What the exercise asks:
Your answer should be the lines below from the one with "#41=IFCINDEXEDPOLYGONALFACE((14,35,37,16));" to the one with "#46=IFCINDEXEDPOLYGONALFACE((19,21,42,40));", both included, given again exactly and with nothing added.

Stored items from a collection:
--------------------
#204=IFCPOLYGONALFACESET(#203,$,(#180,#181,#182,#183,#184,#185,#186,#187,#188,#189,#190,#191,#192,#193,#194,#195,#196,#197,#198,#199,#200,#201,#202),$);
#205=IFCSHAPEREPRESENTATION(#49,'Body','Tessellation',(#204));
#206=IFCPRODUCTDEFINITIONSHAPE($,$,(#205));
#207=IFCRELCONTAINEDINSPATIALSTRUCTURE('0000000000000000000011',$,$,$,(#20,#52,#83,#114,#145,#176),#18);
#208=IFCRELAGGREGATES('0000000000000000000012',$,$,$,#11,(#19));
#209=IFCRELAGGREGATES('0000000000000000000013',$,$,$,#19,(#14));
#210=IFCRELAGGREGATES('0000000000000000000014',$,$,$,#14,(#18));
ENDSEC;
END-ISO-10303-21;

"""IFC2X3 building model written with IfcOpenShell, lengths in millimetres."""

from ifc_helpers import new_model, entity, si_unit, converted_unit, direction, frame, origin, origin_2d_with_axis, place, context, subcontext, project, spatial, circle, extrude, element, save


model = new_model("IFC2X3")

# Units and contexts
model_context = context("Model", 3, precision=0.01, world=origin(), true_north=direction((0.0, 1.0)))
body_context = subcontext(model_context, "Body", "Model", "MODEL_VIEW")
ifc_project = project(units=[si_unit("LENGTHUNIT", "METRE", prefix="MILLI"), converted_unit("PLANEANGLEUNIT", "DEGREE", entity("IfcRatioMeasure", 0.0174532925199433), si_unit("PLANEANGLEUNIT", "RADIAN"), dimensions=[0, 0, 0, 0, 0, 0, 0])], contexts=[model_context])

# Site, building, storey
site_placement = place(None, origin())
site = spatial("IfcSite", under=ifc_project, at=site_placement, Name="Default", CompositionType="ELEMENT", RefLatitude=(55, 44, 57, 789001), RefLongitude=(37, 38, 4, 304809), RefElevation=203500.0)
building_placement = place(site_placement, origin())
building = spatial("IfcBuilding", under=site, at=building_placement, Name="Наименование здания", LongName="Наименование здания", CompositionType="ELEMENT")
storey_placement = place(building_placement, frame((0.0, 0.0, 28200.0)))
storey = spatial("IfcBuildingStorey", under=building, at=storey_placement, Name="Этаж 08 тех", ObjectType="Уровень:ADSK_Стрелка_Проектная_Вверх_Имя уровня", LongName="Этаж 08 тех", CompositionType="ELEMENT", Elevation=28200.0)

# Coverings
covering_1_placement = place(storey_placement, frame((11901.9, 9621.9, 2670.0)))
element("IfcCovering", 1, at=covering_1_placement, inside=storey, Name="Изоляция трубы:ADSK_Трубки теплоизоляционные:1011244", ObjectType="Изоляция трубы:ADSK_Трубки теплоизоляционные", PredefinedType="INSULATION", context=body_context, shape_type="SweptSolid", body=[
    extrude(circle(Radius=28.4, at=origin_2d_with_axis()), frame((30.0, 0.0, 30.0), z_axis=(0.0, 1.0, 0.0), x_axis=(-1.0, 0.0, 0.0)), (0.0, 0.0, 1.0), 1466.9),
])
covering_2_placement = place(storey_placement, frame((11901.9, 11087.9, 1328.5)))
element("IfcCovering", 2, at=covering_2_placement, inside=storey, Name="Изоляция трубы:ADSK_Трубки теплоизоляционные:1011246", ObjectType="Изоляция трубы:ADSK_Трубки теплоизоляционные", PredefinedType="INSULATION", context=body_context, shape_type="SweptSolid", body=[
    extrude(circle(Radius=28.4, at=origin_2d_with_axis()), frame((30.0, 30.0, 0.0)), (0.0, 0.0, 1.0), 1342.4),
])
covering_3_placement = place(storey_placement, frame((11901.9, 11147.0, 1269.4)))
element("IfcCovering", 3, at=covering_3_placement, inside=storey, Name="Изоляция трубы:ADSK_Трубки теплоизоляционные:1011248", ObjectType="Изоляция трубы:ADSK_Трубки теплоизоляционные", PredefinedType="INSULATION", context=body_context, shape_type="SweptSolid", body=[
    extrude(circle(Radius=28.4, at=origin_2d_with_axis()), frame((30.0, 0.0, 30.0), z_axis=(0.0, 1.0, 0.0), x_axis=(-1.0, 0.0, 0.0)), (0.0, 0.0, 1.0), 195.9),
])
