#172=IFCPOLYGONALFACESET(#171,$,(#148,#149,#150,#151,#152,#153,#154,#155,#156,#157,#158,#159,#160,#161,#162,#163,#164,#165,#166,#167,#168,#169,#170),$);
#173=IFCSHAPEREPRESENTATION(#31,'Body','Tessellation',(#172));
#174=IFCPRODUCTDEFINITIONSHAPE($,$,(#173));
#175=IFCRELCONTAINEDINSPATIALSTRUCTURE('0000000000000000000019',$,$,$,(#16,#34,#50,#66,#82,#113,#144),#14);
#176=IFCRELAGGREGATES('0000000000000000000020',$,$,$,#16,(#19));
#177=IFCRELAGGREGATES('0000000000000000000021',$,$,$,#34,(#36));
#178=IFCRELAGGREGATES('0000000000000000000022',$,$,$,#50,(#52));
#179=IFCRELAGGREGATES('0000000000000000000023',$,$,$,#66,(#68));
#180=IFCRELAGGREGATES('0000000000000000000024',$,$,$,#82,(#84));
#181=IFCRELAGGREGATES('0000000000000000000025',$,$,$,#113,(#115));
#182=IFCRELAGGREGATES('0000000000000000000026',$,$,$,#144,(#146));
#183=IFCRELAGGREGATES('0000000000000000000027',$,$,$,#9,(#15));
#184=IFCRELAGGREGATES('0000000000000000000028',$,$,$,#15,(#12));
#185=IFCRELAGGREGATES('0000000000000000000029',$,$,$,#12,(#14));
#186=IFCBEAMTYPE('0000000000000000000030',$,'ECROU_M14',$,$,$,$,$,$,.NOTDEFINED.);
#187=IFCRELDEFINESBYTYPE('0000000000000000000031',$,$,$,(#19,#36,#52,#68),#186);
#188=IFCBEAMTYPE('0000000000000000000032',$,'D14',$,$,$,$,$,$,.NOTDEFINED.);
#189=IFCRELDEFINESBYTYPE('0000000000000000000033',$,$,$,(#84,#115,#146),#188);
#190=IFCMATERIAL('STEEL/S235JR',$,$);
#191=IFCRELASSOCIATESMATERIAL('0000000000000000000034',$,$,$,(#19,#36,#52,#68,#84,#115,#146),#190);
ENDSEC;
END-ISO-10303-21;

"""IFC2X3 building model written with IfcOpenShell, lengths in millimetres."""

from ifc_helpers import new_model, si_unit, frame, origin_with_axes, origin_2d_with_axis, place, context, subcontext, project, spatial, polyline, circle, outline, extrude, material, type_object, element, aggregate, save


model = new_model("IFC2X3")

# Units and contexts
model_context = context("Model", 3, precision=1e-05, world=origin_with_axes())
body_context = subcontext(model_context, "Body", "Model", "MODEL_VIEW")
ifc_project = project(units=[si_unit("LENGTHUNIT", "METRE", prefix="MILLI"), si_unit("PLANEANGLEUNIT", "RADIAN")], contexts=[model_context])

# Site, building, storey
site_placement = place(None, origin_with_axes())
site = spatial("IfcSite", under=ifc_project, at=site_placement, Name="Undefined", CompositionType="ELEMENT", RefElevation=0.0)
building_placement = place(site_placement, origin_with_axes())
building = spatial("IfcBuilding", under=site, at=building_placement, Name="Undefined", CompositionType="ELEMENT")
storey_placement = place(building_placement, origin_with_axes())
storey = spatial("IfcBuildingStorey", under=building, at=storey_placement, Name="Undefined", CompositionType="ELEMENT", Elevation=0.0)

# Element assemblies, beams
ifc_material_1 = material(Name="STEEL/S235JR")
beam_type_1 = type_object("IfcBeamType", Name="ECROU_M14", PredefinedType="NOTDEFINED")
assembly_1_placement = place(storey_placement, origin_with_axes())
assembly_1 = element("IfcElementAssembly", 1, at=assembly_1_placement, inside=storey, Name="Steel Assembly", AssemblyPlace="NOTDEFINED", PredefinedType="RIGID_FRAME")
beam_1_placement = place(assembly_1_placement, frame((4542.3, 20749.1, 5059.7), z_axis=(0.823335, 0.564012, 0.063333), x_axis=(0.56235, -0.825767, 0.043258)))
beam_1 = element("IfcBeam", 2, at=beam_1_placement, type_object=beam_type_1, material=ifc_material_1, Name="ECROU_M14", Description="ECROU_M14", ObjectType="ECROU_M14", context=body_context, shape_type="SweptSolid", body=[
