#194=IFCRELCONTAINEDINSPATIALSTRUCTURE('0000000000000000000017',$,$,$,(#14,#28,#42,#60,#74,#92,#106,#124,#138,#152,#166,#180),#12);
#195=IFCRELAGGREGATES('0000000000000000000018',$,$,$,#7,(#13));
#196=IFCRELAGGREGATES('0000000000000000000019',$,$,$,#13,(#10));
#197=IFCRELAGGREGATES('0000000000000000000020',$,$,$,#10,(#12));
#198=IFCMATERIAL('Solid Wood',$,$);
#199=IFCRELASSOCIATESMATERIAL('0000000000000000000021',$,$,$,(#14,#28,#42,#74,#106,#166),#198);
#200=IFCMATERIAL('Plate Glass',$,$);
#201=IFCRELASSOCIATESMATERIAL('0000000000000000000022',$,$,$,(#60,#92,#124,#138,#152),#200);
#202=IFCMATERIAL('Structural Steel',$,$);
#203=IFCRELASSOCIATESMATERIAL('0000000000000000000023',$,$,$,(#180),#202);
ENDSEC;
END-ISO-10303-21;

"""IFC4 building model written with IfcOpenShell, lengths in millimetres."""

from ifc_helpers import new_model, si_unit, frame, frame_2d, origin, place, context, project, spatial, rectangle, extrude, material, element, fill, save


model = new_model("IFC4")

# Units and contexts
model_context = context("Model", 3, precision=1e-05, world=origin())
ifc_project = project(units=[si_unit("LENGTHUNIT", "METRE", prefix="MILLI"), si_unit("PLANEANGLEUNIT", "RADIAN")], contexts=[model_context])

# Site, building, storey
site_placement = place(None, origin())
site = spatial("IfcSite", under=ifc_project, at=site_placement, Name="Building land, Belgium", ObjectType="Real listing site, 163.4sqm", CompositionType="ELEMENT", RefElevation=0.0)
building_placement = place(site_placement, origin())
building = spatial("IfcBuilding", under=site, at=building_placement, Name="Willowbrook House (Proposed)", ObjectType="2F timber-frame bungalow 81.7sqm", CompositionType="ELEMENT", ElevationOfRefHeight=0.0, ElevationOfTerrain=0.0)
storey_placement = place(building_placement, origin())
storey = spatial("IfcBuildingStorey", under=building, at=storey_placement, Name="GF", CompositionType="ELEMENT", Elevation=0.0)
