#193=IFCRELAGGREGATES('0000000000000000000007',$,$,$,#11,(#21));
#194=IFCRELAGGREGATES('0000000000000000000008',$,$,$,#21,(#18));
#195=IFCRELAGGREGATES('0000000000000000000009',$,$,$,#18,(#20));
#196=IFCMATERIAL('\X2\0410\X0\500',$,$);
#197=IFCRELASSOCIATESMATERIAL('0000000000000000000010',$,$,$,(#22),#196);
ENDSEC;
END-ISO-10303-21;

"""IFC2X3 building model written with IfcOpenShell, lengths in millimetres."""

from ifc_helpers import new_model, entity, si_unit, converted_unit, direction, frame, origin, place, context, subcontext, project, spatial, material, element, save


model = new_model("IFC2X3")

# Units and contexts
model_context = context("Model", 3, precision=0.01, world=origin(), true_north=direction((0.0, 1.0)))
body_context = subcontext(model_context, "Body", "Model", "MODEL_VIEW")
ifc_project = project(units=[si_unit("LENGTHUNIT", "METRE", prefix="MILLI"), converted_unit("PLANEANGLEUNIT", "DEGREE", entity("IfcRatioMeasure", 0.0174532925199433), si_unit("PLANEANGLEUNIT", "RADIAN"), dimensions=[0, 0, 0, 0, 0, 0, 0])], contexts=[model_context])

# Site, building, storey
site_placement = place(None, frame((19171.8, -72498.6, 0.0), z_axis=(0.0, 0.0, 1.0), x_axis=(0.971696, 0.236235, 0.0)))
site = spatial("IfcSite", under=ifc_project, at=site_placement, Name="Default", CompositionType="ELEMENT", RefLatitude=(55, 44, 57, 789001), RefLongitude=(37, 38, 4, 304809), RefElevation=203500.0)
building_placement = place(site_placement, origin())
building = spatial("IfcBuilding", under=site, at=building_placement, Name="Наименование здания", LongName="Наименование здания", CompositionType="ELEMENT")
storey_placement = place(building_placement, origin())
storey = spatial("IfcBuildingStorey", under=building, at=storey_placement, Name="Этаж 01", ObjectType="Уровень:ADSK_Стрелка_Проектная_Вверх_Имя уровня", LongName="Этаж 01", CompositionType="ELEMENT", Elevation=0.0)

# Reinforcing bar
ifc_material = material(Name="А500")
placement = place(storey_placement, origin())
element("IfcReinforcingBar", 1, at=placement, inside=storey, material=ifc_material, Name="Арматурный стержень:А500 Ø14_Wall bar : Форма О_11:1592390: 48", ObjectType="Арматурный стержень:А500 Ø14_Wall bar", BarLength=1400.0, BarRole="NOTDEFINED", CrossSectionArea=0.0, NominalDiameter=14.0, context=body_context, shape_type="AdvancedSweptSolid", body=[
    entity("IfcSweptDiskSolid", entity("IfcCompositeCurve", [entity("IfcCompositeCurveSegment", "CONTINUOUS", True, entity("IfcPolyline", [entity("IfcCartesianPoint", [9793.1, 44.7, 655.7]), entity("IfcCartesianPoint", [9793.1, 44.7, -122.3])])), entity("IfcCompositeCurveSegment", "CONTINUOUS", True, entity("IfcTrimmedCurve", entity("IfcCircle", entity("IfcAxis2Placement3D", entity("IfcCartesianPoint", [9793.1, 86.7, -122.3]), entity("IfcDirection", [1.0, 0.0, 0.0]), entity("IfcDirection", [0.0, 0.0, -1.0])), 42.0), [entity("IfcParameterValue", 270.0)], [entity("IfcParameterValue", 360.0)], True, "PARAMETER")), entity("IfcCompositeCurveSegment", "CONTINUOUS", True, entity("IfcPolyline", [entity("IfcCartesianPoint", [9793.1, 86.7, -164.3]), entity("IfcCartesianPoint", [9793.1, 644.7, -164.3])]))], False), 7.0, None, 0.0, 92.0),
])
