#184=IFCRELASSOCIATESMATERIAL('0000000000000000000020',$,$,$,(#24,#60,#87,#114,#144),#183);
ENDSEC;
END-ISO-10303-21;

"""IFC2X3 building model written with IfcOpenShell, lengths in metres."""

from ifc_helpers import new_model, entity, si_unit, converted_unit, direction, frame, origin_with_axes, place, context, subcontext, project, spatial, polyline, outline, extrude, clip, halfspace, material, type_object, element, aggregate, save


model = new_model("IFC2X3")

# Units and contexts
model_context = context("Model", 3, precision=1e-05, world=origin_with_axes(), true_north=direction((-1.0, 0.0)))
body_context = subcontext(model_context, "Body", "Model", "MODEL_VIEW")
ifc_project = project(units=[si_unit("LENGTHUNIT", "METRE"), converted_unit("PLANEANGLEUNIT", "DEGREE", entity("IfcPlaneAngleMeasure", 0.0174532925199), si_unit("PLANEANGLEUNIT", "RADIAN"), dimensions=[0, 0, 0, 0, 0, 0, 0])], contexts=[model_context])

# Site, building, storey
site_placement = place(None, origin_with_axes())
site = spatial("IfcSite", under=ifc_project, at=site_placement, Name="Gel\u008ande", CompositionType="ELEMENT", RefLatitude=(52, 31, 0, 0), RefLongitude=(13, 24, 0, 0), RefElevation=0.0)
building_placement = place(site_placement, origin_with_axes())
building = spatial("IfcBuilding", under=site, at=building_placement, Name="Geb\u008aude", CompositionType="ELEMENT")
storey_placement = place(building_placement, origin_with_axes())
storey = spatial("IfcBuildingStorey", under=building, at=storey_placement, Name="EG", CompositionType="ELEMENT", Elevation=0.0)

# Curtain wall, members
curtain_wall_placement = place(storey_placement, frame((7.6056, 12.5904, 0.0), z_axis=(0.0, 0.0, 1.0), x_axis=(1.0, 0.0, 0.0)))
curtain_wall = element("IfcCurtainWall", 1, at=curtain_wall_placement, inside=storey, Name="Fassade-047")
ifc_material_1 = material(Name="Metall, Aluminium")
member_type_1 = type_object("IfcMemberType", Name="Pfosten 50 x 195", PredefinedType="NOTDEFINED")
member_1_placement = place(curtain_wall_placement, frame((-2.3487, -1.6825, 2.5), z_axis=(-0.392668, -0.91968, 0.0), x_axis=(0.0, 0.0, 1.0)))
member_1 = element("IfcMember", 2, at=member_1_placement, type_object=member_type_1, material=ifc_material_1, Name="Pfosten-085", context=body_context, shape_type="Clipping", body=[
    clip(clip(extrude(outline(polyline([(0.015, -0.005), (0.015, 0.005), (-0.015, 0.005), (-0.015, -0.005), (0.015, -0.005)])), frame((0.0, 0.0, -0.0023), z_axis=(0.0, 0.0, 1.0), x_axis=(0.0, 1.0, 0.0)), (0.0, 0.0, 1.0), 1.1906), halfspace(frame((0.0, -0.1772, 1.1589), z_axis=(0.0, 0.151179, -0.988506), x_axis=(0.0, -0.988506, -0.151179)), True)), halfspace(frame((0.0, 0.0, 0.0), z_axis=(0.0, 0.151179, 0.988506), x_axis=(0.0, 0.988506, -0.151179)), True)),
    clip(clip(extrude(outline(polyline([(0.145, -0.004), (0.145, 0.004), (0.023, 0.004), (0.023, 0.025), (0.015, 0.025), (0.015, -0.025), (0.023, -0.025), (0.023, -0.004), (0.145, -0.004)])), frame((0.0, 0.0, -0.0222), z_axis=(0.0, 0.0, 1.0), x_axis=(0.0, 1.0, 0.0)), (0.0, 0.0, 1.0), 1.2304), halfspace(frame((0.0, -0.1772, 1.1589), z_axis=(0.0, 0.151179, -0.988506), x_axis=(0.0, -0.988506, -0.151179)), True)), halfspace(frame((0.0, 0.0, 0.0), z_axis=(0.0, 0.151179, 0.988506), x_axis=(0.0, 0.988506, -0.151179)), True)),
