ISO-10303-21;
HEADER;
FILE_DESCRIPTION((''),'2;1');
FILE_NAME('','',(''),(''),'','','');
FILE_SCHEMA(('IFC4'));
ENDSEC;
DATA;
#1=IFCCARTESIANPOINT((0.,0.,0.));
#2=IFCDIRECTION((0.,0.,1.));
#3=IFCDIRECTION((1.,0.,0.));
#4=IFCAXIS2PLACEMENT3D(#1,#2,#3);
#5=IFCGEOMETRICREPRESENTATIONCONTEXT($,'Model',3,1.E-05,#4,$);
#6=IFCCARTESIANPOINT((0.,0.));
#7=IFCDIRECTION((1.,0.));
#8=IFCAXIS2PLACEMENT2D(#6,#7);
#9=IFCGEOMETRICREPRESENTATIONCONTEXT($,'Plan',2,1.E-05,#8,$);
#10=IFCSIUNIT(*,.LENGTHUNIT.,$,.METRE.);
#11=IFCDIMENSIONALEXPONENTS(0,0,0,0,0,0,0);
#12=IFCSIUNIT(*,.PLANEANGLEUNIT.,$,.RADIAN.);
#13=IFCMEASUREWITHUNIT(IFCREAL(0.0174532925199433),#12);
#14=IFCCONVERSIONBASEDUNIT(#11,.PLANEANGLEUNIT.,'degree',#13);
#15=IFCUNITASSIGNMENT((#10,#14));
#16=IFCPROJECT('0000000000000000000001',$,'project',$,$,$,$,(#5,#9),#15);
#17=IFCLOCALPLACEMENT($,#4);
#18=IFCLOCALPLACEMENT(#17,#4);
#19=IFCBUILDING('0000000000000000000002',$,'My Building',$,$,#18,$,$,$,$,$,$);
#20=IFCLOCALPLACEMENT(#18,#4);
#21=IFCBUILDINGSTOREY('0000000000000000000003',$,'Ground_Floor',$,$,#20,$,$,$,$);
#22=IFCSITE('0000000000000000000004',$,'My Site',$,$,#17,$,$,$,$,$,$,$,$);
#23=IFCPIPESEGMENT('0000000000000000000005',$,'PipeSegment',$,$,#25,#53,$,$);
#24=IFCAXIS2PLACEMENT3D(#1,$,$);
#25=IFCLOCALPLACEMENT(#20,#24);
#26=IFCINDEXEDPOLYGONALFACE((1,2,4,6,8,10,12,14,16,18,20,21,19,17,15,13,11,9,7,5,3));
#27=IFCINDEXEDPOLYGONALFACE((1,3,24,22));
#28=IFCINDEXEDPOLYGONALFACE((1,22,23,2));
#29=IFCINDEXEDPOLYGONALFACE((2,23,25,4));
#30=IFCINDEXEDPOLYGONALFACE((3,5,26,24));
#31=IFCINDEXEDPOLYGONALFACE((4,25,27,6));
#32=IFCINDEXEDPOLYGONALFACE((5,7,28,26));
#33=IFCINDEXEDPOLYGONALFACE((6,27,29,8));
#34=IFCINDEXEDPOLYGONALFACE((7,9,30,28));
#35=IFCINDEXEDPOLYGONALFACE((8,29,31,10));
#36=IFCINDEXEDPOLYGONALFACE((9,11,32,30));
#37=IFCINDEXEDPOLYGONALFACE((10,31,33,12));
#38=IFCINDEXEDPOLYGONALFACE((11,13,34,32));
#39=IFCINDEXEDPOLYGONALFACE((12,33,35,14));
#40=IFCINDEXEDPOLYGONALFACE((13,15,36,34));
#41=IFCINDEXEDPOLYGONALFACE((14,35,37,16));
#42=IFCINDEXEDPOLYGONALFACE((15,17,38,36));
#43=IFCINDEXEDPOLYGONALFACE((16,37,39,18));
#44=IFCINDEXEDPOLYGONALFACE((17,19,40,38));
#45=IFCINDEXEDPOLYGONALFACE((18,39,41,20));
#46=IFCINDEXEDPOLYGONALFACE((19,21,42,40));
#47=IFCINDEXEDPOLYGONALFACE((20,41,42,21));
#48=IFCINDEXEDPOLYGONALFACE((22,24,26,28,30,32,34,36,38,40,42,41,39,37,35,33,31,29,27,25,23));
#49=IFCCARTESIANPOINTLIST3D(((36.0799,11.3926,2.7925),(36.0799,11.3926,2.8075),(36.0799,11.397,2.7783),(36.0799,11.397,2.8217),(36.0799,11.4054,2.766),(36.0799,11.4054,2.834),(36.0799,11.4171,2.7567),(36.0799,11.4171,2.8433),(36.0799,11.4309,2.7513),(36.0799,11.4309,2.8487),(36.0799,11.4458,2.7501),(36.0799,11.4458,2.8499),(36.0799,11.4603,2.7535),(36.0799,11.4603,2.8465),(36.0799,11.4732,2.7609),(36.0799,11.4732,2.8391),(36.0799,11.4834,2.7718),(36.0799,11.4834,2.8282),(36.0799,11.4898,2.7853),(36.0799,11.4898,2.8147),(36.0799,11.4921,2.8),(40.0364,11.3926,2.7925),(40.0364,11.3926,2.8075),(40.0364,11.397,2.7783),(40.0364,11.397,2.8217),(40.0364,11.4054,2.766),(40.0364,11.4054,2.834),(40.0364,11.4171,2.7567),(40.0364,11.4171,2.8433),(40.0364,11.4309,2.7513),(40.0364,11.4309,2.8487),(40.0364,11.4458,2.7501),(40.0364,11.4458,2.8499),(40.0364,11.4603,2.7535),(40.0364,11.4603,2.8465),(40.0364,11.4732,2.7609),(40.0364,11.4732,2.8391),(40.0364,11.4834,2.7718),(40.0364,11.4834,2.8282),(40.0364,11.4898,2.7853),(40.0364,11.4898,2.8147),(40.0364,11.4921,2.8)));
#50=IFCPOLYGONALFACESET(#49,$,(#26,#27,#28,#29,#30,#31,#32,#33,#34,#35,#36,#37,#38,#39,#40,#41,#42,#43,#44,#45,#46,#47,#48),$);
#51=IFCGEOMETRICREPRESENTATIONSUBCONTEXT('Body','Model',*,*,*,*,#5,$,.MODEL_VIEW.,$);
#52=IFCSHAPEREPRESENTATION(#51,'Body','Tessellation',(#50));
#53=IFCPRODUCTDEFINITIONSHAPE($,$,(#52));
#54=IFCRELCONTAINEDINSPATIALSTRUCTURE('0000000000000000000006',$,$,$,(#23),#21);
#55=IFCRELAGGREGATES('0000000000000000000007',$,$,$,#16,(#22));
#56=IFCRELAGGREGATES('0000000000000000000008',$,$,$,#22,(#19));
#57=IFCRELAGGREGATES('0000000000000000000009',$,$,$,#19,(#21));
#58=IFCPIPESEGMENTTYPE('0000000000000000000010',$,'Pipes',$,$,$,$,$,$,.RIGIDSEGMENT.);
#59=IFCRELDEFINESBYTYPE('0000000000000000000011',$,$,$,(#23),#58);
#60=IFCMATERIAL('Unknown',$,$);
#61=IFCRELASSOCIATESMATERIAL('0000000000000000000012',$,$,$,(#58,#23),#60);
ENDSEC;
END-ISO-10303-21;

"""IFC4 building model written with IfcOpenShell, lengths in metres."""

from ifc_helpers import new_model, entity, si_unit, converted_unit, frame, origin_with_axes, origin_2d_with_axis, place, context, subcontext, project, spatial, circle, extrude, material, material_profile, profile_set, profile_usage, type_object, element, save


model = new_model("IFC4")

# Units and contexts
model_context = context("Model", 3, precision=1e-05, world=origin_with_axes())
plan_context = context("Plan", 2, precision=1e-05, world=origin_2d_with_axis())
body_context = subcontext(model_context, "Body", "Model", "MODEL_VIEW")
ifc_project = project(units=[si_unit("LENGTHUNIT", "METRE"), converted_unit("PLANEANGLEUNIT", "degree", entity("IfcReal", 0.0174532925199433), si_unit("PLANEANGLEUNIT", "RADIAN"), dimensions=[0, 0, 0, 0, 0, 0, 0])], contexts=[model_context, plan_context])

# Site, building, storey
site_placement = place(None, origin_with_axes())
site = spatial("IfcSite", under=ifc_project, at=site_placement, Name="My Site")
building_placement = place(site_placement, origin_with_axes())
building = spatial("IfcBuilding", under=site, at=building_placement, Name="My Building")
storey_placement = place(building_placement, origin_with_axes())
storey = spatial("IfcBuildingStorey", under=building, at=storey_placement, Name="Ground_Floor")

# Shared definitions
ifc_material = material(Name="Unknown")

# Pipe segment
ifc_material_profile_1 = material_profile(ifc_material, circle(Radius=0.05))
ifc_profile_set_1 = profile_set([ifc_material_profile_1])
pipe_segment_type = type_object("IfcPipeSegmentType", Name="Pipes", PredefinedType="RIGIDSEGMENT", material=ifc_profile_set_1)
ifc_profile_usage_1 = profile_usage(ifc_profile_set_1, cardinal=5)
pipe_segment_1_placement = place(storey_placement, frame((36.0799, 11.4421, 2.8), z_axis=(1.0, 0.0, 0.0), x_axis=(0.0, 1.0, 0.0)))
element("IfcPipeSegment", 1, at=pipe_segment_1_placement, inside=storey, type_object=pipe_segment_type, material=ifc_profile_usage_1, Name="PipeSegment", context=body_context, shape_type="SweptSolid", body=[
    extrude(circle(Radius=0.05), origin_with_axes(), (0.0, 0.0, 1.0), 3.9565),
])

save(model, "model.ifc")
--------------------
Task answer:
#41=IFCINDEXEDPOLYGONALFACE((14,35,37,16));
#42=IFCINDEXEDPOLYGONALFACE((15,17,38,36));
#43=IFCINDEXEDPOLYGONALFACE((16,37,39,18));
#44=IFCINDEXEDPOLYGONALFACE((17,19,40,38));
#45=IFCINDEXEDPOLYGONALFACE((18,39,41,20));
#46=IFCINDEXEDPOLYGONALFACE((19,21,42,40));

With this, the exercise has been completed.